Title II (Private placements)

  • The SEC proposed rules in August 2012 to carry out the JOBS Act mandate to relax the ban on general solicitation
    • The comment period closed in October 2012; however, the rules have not been finalized.
    • There was vigorous comment on the SEC’s proposed rules, with some commenters advocating the adoption of a safe harbor relating to the measures that would be deemed “reasonable” to verify the status of investors; the adoption of content restrictions or guidelines for materials used in general solicitation; and a reexamination of the “accredited investor” threshold.
    • We anticipate that the SEC will seek to finalize the rules in the spring, and seek to finalize the “bad actor” provisions (required to be adopted for Rule 506 offerings by the Dodd-Frank Act) contemporaneously
  • Matchmaking sites
    • There were no rules needed in respect of the broker-dealer registration exemption for matchmaking sites
    • The SEC Staff put out guidance in the form of FAQs addressing various matters relating to the types of entities that might engage in these activities without subjecting themselves to broker-dealer registration.
    • The SEC Staff issued two no-action letters addressing the applicability of the exemption in the context of VC platforms.

Title III (crowdfunding)

  • No SEC rule proposal as yet (SEC missed deadline)
    • The SEC Staff published FAQs regarding the crowdfunding exemption.
    • FINRA has provided a form for collecting information about funding portals.
    • Concerns remain about the extent to which the crowdfunding exemption as contemplated by the JOBS Act could be used by ventures to raise small amounts of capital in a cost-efficient manner.

Title IV (Regulation A+ or Section 3(b)(2))

  • No SEC rule proposal as yet.
  • Now, pending legislation would mandate that the SEC take action by a date certain.

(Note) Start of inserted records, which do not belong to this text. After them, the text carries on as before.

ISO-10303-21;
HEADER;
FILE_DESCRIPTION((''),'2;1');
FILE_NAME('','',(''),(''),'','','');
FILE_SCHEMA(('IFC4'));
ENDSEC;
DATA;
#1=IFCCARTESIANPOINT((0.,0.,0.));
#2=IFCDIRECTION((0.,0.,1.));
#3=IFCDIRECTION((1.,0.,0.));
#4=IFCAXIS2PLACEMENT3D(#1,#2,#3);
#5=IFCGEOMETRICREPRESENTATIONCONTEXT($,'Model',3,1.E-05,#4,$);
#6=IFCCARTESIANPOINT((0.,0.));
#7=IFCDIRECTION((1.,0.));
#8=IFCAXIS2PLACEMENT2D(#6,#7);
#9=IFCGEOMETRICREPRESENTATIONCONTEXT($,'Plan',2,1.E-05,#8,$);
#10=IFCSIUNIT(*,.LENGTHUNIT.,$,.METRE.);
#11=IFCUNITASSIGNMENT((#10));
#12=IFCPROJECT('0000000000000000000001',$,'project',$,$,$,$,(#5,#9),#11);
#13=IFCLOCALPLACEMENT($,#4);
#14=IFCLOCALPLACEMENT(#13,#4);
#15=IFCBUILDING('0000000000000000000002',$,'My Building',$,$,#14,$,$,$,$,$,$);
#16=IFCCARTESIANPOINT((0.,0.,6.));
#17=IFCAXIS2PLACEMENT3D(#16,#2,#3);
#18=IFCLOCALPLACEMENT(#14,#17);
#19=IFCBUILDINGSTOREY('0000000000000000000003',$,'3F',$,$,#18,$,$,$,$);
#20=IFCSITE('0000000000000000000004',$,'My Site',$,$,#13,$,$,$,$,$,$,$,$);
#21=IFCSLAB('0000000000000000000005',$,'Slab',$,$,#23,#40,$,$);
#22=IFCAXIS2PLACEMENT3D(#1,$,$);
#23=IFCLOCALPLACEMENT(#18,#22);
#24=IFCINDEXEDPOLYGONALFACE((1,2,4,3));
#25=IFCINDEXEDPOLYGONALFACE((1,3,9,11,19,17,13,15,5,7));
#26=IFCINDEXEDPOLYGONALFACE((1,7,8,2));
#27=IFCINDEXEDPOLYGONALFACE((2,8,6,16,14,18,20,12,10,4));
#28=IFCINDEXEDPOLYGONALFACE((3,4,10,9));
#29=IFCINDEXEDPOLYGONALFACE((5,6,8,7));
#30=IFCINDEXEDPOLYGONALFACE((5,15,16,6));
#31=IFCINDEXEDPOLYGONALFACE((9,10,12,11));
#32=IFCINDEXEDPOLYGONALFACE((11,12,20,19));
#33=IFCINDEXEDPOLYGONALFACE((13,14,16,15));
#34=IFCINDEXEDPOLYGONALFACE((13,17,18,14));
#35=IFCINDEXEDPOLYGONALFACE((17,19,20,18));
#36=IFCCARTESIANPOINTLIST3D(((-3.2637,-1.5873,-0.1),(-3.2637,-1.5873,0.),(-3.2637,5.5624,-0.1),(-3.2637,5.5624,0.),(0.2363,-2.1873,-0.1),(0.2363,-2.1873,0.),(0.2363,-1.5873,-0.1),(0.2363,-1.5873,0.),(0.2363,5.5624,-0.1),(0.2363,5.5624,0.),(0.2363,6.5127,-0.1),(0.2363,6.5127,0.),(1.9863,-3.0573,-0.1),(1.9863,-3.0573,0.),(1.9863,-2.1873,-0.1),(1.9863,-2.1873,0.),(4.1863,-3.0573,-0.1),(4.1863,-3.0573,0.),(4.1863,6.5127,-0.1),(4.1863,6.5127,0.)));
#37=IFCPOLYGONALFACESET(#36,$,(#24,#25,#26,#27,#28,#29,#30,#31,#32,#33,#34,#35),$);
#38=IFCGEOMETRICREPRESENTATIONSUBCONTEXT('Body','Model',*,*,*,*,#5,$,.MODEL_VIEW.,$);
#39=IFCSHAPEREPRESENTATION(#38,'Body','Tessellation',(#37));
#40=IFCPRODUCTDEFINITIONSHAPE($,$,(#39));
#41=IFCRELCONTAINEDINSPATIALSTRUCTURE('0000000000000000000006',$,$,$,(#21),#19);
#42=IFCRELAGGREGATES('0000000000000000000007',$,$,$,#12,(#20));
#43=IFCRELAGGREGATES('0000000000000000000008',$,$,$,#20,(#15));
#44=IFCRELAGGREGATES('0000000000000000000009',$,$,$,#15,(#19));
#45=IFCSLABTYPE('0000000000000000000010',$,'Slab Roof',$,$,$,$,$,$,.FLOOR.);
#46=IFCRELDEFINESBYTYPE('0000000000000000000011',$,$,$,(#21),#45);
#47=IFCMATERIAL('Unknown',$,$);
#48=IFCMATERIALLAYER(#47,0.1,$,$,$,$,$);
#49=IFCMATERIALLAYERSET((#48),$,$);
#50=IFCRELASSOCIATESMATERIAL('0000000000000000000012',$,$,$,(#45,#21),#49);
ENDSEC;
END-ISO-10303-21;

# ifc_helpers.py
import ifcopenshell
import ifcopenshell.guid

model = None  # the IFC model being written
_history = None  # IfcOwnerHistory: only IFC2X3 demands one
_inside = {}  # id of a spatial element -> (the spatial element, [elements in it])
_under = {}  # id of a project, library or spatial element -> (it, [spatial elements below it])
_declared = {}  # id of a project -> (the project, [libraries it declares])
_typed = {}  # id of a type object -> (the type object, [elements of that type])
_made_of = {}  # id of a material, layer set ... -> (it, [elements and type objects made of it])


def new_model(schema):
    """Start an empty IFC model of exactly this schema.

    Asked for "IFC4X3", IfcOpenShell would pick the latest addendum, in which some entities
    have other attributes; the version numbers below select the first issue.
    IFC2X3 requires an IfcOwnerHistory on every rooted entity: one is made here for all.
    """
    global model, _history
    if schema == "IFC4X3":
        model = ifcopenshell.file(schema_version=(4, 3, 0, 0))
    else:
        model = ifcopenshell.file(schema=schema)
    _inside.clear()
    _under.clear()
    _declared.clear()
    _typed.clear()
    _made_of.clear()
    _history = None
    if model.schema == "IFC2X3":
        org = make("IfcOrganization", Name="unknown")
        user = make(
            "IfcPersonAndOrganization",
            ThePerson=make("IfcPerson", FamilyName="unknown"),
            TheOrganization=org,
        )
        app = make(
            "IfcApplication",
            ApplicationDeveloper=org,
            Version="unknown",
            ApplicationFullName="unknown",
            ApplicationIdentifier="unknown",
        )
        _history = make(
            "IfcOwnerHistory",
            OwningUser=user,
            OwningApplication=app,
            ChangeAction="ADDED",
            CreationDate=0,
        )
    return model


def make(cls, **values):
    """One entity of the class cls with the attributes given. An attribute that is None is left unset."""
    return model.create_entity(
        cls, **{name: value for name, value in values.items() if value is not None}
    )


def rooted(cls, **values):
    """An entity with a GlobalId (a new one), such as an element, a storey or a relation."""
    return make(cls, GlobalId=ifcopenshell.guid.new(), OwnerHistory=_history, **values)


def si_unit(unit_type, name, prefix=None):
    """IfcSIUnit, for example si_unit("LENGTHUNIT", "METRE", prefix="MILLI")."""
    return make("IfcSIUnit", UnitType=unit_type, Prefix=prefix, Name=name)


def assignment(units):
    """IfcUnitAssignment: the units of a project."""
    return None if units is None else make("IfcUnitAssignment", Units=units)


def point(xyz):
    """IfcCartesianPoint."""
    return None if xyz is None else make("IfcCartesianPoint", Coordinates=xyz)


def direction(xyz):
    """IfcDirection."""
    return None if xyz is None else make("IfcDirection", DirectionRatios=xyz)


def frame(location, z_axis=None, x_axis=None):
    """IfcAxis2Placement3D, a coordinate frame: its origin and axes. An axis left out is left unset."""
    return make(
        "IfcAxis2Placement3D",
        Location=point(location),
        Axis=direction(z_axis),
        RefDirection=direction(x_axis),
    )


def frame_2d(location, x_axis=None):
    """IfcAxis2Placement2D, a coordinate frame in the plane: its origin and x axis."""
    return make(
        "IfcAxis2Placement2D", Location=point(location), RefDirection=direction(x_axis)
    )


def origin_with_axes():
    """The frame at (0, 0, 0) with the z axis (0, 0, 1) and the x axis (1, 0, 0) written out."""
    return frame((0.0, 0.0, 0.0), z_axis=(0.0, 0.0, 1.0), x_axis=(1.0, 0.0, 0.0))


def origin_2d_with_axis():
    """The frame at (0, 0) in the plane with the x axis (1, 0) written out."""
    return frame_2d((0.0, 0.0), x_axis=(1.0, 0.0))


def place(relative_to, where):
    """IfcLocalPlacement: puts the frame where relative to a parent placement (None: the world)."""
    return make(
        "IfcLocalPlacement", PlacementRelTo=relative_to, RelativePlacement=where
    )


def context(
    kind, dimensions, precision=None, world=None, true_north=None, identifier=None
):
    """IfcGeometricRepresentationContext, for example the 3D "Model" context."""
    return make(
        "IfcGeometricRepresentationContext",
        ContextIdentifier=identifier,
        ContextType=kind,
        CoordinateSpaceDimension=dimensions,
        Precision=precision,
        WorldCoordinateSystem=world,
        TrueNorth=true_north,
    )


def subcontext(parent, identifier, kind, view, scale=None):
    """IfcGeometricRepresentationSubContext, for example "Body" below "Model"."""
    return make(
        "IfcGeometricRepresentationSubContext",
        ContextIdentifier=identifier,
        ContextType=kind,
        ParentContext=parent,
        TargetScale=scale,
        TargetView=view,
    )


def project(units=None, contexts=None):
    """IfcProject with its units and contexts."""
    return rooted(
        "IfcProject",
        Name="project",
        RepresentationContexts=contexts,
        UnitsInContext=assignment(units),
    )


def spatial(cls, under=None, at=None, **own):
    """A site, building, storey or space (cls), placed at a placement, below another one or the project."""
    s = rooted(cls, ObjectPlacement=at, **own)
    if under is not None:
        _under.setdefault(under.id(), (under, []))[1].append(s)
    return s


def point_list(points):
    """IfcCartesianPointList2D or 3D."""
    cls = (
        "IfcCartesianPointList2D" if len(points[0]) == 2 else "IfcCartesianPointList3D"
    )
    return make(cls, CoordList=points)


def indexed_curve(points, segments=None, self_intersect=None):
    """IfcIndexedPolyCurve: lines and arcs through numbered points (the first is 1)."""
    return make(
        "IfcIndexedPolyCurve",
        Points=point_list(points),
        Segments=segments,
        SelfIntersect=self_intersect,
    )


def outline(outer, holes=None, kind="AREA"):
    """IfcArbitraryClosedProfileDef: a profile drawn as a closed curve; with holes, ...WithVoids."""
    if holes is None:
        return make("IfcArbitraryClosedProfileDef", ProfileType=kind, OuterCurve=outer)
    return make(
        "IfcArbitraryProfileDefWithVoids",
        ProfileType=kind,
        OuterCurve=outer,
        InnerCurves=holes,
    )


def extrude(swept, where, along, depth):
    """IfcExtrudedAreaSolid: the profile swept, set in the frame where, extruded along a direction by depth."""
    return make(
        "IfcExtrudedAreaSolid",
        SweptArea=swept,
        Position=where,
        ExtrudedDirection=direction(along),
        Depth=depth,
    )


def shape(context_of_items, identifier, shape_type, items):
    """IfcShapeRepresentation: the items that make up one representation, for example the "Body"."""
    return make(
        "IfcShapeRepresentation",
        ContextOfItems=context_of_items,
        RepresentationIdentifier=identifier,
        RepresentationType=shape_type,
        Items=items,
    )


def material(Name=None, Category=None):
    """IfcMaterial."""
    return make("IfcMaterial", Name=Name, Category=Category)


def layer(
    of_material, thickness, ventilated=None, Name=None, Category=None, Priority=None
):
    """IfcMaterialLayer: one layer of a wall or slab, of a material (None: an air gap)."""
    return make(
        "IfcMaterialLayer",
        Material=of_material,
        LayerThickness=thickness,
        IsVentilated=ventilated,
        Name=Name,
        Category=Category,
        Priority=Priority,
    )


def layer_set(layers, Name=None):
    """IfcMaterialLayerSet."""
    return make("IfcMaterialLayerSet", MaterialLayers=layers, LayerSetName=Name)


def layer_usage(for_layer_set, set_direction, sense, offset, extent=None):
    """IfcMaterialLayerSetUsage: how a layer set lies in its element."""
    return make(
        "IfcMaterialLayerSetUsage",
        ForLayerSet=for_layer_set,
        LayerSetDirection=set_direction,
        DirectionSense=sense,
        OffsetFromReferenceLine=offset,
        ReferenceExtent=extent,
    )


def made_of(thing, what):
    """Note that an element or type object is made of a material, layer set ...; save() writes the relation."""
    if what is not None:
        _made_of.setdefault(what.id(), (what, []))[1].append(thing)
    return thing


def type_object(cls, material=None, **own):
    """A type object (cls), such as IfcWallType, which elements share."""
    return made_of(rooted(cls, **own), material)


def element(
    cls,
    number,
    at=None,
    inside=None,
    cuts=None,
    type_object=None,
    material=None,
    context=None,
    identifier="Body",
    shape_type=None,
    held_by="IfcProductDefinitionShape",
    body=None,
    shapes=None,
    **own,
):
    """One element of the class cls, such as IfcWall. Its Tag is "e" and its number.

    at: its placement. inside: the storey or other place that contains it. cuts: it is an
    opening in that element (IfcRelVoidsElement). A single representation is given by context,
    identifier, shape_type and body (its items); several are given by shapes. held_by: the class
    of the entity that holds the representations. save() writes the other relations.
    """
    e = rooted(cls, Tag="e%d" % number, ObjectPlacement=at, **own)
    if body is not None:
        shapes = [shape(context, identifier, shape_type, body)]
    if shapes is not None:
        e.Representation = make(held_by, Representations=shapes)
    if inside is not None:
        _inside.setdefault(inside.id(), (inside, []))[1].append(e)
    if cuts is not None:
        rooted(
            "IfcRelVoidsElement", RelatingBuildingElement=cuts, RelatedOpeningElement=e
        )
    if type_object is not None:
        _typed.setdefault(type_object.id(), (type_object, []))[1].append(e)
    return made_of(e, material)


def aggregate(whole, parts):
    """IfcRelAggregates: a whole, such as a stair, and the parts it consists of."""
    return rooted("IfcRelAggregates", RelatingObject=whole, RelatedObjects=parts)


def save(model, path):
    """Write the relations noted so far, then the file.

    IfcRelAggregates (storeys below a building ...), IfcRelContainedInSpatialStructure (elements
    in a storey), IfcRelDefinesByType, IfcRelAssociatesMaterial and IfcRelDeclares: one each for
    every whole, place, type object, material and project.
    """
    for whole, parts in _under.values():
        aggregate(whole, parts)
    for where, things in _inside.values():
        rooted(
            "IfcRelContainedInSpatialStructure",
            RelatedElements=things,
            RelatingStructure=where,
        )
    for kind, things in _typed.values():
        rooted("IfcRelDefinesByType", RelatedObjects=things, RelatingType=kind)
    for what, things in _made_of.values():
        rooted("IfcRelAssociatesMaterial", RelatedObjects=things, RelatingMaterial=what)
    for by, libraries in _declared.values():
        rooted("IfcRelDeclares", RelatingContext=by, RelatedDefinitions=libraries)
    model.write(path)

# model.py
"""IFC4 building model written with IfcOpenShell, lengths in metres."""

from ifc_helpers import new_model, si_unit, frame, origin_with_axes, origin_2d_with_axis, place, context, subcontext, project, spatial, indexed_curve, outline, extrude, material, layer, layer_set, layer_usage, type_object, element, save


model = new_model("IFC4")

# Units and contexts
model_context = context("Model", 3, precision=1e-05, world=origin_with_axes())
plan_context = context("Plan", 2, precision=1e-05, world=origin_2d_with_axis())
body_context = subcontext(model_context, "Body", "Model", "MODEL_VIEW")
ifc_project = project(units=[si_unit("LENGTHUNIT", "METRE")], contexts=[model_context, plan_context])

# Site, building, storey
site_placement = place(None, origin_with_axes())
site = spatial("IfcSite", under=ifc_project, at=site_placement, Name="My Site")
building_placement = place(site_placement, origin_with_axes())
building = spatial("IfcBuilding", under=site, at=building_placement, Name="My Building")
storey_placement = place(building_placement, frame((0.0, 0.0, 6.0), z_axis=(0.0, 0.0, 1.0), x_axis=(1.0, 0.0, 0.0)))
storey = spatial("IfcBuildingStorey", under=building, at=storey_placement, Name="3F")

# Slab
ifc_material = material(Name="Unknown")
ifc_layer = layer(ifc_material, 0.1)
ifc_layer_set = layer_set([ifc_layer])
ifc_layer_usage = layer_usage(ifc_layer_set, "AXIS3", "POSITIVE", -0.1)
slab_type = type_object("IfcSlabType", Name="Slab Roof", PredefinedType="FLOOR", material=ifc_layer_set)
slab_placement = place(storey_placement, frame((4.1863, -3.0573, 0.0), z_axis=(0.0, 0.0, 1.0), x_axis=(1.0, 0.0, 0.0)))
element("IfcSlab", 1, at=slab_placement, inside=storey, type_object=slab_type, material=ifc_layer_usage, Name="Slab", context=body_context, shape_type="SweptSolid", body=[
    extrude(outline(indexed_curve([(0.0, 0.0), (0.0, 9.57), (-3.95, 9.57), (-3.95, 8.6197), (-7.45, 8.6197), (-7.45, 1.47), (-3.95, 1.47), (-3.95, 0.87), (-2.2, 0.87), (-2.2, 0.0), (0.0, 0.0)])), frame((0.0, 0.0, -0.1), z_axis=(0.0, 0.0, 1.0), x_axis=(1.0, 0.0, 0.0)), (0.0, 0.0, 1.0), 0.1),
])

save(model, "model.ifc")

Titles V & VI (Exchange Act threshold)

  • These provisions relating to the Exchange Act threshold were immediately effective; SEC rulemaking was not required.
  • Many banks (over 100, according to published reports) have taken advantage of these provisions to suspend their SEC filings.
  • The SEC is expected to provide guidance regarding various “holder of record” issues.

What should you expect in the coming months?  We anticipate that the SEC will move ahead with finalizing the rules required under Title II to address general solicitation in certain Rule 506 and Rule 144A offerings.  We expect that this will be accompanied by the final “bad actor” rules required under the Dodd-Frank Act.  The discussion about general solicitation is likely to cause the SEC to revisit the “accredited investor” definition—perhaps resurrecting parts of the SEC’s 2007 “larger accredited investor” standard.  Given the complexities to be addressed by the SEC and FINRA in connection with creating a framework for crowdfunded offerings and funding portals, we anticipate that a proposal relating to crowdfunding may not be released until the second half of 2013.  As we have already seen from meetings of various advisory committees, more attention likely will continue to be focused on rationalizing the disclosure requirements and the communications rules applicable to smaller public companies and companies that might have qualified for EGC status (but for the date of their initial offering of equity securities).  Given the higher registration thresholds under the Exchange Act, we may continue to see the development of a trend toward staying private longer, and the growth of markets designed to provide liquidity to investors in those companies.  Given the press of other business under both the JOBS Act and the Dodd-Frank Act, we may not see a proposal for exempt public offerings under Title IV in 2013.  Lastly, we would hope that the momentum toward encouraging capital formation that was created by the JOBS Act will not be lost in its second year of existence, and we will instead see continued dialogue—coupled with regulatory and market action—that is oriented toward creating opportunities to put capital to work companies of all sizes.